§ **DESCRIPTION OF THE TASK**
Return the lines below that contain the word "IFCEXTRUDEDAREASOLID".

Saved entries

____

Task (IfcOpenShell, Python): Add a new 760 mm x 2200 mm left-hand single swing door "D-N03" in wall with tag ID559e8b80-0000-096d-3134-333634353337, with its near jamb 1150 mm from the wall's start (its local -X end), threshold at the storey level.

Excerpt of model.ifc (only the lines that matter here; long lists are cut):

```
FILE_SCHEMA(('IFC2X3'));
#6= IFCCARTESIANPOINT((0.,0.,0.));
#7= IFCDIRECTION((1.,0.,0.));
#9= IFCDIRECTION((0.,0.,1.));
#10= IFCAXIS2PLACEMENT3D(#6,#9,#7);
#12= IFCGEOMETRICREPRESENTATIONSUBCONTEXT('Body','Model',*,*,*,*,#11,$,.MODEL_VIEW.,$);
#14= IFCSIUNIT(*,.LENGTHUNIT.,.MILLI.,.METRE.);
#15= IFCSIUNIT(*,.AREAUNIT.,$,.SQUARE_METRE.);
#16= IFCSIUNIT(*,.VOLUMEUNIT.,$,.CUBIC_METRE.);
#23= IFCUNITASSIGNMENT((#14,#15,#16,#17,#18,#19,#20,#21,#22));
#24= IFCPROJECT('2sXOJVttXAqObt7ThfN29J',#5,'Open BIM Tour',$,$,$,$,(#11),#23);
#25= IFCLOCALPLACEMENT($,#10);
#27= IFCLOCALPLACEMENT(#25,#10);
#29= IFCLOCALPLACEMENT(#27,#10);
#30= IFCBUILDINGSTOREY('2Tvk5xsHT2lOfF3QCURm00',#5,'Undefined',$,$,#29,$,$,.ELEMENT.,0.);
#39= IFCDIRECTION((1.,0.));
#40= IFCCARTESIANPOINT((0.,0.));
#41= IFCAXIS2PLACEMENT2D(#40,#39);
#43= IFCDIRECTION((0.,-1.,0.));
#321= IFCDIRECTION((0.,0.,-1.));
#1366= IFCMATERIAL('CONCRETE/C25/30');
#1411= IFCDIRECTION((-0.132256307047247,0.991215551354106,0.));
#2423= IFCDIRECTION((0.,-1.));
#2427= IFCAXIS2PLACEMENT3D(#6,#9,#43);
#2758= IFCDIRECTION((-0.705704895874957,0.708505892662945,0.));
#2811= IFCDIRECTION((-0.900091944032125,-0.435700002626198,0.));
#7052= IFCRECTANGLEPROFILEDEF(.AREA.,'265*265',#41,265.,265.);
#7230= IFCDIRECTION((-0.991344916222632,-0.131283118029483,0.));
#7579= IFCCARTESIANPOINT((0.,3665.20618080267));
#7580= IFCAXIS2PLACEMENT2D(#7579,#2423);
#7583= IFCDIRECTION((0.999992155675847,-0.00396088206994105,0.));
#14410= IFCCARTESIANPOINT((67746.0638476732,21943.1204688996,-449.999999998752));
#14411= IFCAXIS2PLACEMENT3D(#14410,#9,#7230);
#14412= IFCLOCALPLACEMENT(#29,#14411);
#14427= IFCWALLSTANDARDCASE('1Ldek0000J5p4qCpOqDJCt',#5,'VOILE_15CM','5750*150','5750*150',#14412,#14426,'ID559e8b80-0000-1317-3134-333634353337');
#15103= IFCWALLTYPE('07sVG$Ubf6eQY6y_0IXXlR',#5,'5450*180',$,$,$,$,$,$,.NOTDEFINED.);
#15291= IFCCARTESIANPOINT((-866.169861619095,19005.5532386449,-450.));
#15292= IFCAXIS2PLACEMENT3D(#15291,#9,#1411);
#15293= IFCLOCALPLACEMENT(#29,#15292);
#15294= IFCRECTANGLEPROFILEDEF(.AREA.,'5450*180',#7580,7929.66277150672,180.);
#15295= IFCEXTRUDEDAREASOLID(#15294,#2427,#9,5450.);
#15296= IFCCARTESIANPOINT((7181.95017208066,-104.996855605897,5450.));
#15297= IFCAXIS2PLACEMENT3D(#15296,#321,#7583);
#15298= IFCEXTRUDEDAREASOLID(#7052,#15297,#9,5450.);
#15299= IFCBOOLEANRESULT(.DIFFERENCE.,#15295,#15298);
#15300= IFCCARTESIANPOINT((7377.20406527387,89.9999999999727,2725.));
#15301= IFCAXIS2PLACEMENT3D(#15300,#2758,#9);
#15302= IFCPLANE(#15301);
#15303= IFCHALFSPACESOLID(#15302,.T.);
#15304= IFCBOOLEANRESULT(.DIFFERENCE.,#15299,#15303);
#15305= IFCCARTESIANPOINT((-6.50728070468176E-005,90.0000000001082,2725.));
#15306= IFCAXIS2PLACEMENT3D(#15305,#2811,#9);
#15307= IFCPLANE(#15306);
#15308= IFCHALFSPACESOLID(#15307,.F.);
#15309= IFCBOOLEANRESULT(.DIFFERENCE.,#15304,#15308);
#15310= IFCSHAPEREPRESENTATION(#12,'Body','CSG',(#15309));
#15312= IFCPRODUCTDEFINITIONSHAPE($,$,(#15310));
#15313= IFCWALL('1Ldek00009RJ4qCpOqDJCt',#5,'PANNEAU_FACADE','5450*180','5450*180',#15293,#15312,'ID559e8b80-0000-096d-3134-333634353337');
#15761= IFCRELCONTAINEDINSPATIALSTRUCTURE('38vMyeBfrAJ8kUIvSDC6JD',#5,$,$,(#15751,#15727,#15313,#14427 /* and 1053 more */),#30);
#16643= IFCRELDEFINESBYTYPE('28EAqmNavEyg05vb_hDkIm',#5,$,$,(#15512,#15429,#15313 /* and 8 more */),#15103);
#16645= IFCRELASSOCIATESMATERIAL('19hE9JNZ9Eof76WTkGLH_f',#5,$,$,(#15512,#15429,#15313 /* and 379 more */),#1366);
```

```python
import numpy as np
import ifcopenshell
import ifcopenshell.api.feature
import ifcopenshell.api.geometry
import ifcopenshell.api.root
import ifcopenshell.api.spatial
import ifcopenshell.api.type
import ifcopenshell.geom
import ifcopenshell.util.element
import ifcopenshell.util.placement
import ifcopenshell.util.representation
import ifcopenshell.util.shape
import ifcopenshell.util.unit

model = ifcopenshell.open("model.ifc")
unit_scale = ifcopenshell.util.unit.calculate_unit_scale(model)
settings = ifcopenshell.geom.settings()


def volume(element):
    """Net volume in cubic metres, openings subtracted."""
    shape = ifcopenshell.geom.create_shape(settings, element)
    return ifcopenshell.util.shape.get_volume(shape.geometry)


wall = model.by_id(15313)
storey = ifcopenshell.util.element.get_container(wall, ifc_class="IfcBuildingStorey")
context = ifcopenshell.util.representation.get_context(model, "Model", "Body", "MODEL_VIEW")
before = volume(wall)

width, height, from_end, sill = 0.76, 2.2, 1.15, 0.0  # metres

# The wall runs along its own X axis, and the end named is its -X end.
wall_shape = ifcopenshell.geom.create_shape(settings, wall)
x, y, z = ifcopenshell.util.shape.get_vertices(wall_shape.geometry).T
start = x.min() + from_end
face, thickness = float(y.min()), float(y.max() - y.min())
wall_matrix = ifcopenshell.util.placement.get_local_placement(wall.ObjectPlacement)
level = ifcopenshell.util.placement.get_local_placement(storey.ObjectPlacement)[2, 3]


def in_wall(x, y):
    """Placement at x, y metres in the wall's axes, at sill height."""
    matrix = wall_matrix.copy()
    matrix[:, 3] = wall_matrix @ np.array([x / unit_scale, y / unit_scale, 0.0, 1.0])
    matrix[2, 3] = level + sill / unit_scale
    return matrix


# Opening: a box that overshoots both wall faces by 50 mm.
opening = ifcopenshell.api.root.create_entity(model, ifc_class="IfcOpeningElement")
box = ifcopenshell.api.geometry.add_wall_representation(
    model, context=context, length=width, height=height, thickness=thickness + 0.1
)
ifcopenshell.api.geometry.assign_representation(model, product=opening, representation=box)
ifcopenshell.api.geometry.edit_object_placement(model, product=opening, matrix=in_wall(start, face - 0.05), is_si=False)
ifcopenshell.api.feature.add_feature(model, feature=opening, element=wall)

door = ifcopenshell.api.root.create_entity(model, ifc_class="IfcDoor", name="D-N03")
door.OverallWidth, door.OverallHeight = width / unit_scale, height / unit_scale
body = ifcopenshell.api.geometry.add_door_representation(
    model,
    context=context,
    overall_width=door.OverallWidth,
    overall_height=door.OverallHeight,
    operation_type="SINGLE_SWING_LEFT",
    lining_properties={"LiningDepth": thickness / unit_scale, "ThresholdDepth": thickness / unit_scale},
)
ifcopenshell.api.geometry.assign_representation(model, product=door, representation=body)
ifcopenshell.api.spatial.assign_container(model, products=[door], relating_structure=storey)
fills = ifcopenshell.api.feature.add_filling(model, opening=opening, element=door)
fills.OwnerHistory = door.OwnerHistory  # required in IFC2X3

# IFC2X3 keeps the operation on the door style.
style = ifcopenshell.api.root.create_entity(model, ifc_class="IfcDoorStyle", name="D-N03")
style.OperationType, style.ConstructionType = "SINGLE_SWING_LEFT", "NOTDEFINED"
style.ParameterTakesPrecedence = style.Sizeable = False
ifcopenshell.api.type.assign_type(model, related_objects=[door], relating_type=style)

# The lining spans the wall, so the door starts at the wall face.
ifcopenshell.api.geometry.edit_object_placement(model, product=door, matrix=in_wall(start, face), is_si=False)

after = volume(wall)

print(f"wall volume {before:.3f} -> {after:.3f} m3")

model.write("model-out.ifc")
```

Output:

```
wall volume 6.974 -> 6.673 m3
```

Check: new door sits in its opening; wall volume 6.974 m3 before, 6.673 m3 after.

____

§ **WRITTEN RESPONSE**
#15295= IFCEXTRUDEDAREASOLID(#15294,#2427,#9,5450.);
#15298= IFCEXTRUDEDAREASOLID(#7052,#15297,#9,5450.);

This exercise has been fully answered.